----- Recorded information -----

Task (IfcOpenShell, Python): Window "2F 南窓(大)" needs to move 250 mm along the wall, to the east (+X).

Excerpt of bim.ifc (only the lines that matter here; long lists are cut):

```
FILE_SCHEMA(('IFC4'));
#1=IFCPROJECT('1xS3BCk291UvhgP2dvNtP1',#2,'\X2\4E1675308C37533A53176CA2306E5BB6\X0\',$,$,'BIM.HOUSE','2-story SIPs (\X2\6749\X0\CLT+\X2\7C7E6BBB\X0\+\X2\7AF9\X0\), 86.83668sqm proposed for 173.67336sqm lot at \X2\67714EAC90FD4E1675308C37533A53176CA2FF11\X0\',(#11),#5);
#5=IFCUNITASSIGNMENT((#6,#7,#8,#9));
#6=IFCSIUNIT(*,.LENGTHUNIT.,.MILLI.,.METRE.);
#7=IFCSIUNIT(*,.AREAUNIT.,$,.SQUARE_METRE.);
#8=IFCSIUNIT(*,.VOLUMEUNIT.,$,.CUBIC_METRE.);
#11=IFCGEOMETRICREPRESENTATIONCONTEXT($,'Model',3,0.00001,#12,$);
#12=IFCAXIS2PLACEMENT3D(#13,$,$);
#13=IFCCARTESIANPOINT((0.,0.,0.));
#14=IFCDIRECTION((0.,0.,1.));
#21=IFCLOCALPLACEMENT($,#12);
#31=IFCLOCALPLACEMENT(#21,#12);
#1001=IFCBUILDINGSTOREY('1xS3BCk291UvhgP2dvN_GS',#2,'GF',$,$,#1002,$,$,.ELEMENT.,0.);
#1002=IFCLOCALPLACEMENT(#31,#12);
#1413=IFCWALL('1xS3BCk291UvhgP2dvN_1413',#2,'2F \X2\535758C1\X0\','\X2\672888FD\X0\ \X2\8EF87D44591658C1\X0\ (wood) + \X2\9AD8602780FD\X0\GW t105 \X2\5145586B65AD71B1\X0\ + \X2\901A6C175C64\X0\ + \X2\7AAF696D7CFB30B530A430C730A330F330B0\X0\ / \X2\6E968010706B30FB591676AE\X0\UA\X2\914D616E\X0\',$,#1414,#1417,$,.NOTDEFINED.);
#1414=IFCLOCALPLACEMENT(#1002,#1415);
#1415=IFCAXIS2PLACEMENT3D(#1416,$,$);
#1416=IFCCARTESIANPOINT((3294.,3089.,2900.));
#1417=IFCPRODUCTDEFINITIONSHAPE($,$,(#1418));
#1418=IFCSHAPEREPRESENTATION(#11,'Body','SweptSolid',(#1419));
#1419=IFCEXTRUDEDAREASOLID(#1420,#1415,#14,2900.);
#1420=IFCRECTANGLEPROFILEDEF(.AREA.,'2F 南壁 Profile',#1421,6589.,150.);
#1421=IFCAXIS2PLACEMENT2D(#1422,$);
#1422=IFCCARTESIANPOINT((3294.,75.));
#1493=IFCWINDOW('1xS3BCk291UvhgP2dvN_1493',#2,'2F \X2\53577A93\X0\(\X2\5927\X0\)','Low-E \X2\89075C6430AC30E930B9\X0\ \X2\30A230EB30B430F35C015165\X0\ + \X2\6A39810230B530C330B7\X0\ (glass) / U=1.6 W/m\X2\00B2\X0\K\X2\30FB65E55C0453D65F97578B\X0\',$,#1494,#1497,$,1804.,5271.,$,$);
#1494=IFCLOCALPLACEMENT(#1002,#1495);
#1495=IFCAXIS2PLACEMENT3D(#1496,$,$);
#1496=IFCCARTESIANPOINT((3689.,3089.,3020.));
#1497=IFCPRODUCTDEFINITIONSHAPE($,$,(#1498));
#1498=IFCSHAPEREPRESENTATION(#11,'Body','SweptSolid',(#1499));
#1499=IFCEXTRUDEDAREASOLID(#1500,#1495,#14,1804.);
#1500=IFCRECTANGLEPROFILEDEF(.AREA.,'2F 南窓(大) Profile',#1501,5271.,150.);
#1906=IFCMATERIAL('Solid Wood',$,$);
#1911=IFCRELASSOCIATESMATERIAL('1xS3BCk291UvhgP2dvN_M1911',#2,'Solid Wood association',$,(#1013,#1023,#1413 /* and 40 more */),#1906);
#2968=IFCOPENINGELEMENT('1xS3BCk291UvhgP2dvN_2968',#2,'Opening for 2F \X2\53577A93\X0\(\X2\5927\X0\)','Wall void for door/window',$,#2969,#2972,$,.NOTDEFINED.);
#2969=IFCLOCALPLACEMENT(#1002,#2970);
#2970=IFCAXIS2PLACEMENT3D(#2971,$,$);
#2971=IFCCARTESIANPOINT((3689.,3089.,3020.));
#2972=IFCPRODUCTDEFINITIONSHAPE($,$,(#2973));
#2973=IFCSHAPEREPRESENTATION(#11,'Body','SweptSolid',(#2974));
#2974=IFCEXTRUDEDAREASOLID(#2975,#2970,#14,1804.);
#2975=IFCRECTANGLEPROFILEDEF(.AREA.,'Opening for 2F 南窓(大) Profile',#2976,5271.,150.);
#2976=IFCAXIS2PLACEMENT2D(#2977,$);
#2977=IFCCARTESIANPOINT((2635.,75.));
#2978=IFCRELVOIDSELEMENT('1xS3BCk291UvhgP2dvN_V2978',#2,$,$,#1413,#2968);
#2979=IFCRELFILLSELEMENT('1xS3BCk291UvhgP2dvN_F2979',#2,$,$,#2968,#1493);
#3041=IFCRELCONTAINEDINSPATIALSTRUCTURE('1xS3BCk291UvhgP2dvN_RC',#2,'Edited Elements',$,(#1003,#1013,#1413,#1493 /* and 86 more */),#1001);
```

```python
import ifcopenshell
import ifcopenshell.api.geometry
import ifcopenshell.util.placement
import ifcopenshell.util.unit

model = ifcopenshell.open("bim.ifc")
unit_scale = ifcopenshell.util.unit.calculate_unit_scale(model)

window = model.by_guid("1xS3BCk291UvhgP2dvN_1493")
opening = window.FillsVoids[0].RelatingOpeningElement
wall = opening.VoidsElements[0].RelatingBuildingElement

wall_matrix = ifcopenshell.util.placement.get_local_placement(wall.ObjectPlacement)
shift = wall_matrix[:3, 0] * 0.25 / unit_scale
before = ifcopenshell.util.placement.get_local_placement(window.ObjectPlacement)[:3, 3].copy()

# The window is not placed relative to its opening, so move both.
for product in (opening, window):
    matrix = ifcopenshell.util.placement.get_local_placement(product.ObjectPlacement)
    matrix[:3, 3] += shift
    ifcopenshell.api.geometry.edit_object_placement(model, product=product, matrix=matrix, is_si=False)

after = ifcopenshell.util.placement.get_local_placement(window.ObjectPlacement)[:3, 3]
print("window moved by", (after - before).round(3) + 0.0)

model.write("bim-out.ifc")
```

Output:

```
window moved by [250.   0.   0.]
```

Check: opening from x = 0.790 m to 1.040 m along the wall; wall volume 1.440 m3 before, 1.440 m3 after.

-----

**Assigned task**
Using the entries above, return each line that includes the word "IFCSIUNIT".

**Exercise solution**
#6=IFCSIUNIT(*,.LENGTHUNIT.,.MILLI.,.METRE.);
#7=IFCSIUNIT(*,.AREAUNIT.,$,.SQUARE_METRE.);
#8=IFCSIUNIT(*,.VOLUMEUNIT.,$,.CUBIC_METRE.);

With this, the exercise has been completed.